*WHAT YOU WILL DO*
Within the entries below, find each line containing the word "IFCEXTRUDEDAREASOLID" and copy it.
[[ DATA UNDER STUDY, beginning ]]
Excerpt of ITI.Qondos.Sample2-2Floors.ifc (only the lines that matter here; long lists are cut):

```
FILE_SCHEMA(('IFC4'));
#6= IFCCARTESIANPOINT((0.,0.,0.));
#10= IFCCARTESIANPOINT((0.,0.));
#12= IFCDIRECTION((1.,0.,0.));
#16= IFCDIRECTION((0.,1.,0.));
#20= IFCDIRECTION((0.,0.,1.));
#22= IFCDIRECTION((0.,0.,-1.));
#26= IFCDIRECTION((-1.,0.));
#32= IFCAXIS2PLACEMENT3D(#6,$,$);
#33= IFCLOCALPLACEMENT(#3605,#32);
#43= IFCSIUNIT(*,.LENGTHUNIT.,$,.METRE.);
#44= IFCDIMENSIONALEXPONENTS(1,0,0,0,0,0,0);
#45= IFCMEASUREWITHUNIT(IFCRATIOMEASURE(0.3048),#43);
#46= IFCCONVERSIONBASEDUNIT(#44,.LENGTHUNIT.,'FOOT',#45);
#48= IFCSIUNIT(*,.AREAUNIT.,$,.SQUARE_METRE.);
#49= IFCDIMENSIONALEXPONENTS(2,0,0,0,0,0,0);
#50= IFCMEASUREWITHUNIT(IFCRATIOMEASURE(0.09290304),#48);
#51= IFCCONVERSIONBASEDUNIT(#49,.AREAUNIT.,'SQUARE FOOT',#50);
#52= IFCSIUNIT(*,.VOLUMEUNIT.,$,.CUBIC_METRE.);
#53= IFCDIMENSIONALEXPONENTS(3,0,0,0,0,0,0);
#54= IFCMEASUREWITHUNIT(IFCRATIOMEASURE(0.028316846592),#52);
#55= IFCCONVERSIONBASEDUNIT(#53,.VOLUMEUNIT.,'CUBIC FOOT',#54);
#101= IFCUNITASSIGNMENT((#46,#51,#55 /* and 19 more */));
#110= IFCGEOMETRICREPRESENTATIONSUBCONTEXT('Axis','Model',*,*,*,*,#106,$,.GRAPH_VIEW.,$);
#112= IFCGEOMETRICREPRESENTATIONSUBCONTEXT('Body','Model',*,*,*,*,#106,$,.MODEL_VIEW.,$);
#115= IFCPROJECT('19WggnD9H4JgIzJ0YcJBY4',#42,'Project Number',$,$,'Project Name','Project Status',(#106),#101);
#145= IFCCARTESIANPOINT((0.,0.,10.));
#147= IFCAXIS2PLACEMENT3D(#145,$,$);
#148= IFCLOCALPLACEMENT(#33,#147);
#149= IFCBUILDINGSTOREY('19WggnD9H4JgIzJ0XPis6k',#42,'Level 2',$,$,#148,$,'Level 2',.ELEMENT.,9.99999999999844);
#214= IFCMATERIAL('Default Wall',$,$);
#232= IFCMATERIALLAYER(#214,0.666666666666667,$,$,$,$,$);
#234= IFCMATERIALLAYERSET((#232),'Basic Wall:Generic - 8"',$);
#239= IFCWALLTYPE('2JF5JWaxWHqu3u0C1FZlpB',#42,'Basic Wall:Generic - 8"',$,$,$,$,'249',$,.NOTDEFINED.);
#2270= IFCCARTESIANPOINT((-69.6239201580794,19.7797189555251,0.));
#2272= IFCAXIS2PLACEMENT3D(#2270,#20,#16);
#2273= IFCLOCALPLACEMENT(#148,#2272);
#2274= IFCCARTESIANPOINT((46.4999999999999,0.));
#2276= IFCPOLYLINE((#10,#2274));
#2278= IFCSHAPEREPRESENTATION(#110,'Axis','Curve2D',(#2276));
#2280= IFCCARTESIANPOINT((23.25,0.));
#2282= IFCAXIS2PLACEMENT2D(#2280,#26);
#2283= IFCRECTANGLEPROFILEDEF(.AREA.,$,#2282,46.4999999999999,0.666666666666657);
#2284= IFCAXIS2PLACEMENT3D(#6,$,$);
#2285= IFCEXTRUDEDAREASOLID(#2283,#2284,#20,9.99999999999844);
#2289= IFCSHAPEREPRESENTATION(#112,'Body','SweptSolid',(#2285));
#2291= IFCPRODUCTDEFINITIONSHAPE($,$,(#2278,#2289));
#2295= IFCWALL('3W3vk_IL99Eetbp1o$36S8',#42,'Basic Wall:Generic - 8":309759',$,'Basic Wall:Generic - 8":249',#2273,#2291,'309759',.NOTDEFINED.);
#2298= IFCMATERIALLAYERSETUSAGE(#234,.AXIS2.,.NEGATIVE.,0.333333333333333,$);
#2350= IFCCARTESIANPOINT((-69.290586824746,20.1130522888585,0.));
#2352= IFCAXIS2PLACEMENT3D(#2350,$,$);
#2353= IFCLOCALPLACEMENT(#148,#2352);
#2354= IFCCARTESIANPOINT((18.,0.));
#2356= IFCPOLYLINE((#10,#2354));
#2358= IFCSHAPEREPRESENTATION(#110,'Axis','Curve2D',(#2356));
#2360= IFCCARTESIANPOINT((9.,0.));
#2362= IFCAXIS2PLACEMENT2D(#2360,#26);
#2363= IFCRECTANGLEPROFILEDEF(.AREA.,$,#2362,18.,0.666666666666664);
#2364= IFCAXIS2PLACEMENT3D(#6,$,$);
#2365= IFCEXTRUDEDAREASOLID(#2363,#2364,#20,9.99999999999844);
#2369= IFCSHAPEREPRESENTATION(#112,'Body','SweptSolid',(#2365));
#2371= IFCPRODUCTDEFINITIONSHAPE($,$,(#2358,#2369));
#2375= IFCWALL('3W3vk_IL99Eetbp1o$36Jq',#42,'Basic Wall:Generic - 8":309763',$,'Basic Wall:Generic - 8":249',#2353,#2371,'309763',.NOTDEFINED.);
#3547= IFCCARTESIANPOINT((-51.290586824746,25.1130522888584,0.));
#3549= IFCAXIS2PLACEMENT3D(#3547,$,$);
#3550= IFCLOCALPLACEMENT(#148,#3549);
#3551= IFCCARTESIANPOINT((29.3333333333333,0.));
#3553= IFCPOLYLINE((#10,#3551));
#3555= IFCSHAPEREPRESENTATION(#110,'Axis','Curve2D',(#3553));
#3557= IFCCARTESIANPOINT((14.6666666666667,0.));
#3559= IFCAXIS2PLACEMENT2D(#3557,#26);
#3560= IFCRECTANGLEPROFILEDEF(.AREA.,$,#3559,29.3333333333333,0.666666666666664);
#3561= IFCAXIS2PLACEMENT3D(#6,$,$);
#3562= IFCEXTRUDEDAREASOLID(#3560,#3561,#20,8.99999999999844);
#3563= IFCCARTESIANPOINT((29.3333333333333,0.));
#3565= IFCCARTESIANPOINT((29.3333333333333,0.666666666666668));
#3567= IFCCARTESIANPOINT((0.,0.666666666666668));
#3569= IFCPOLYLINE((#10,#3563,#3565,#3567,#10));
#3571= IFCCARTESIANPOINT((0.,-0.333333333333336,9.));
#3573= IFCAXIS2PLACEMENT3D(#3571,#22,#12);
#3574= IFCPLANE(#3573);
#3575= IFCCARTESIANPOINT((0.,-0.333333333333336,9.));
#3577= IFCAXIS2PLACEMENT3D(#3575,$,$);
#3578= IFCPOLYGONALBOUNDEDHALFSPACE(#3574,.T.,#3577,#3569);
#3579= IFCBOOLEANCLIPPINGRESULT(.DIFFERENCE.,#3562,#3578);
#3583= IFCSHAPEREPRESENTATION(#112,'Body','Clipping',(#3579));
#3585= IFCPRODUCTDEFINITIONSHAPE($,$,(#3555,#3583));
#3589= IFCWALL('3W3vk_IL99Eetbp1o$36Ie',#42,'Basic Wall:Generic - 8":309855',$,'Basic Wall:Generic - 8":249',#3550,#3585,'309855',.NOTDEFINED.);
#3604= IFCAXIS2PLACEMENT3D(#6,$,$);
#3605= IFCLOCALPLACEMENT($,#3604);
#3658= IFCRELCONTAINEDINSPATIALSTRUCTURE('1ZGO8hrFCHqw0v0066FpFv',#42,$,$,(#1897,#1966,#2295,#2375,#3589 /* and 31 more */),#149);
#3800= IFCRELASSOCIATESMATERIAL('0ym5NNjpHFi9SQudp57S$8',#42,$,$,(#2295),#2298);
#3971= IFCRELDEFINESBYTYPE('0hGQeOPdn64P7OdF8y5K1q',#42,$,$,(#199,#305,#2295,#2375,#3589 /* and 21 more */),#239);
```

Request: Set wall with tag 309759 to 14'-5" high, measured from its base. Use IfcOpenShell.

```python
import ifcopenshell
import ifcopenshell.geom
import ifcopenshell.util.representation
import ifcopenshell.util.shape
import ifcopenshell.util.unit

model = ifcopenshell.open("ITI.Qondos.Sample2-2Floors.ifc")
unit_scale = ifcopenshell.util.unit.calculate_unit_scale(model)
settings = ifcopenshell.geom.settings()


def volume(element):
    """Net volume in cubic metres, openings subtracted."""
    shape = ifcopenshell.geom.create_shape(settings, element)
    return ifcopenshell.util.shape.get_volume(shape.geometry)


wall = model.by_guid("3W3vk_IL99Eetbp1o$36S8")
before = volume(wall)

body = ifcopenshell.util.representation.get_representation(wall, "Model", "Body")
solid = body.Items[0]
old_height = solid.Depth
solid.Depth = 173 * 0.0254 / unit_scale
after = volume(wall)

print(f"height {old_height:g} -> {solid.Depth:g}, volume {before:.3f} -> {after:.3f} m3")

model.write("ITI.Qondos.Sample2-2Floors_rev.ifc")
```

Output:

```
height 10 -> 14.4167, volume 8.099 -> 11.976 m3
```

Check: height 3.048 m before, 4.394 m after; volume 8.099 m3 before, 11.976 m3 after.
[[ DATA UNDER STUDY, end ]]
*TASK OUTPUT*
#2285= IFCEXTRUDEDAREASOLID(#2283,#2284,#20,9.99999999999844);
#2365= IFCEXTRUDEDAREASOLID(#2363,#2364,#20,9.99999999999844);
#3562= IFCEXTRUDEDAREASOLID(#3560,#3561,#20,8.99999999999844);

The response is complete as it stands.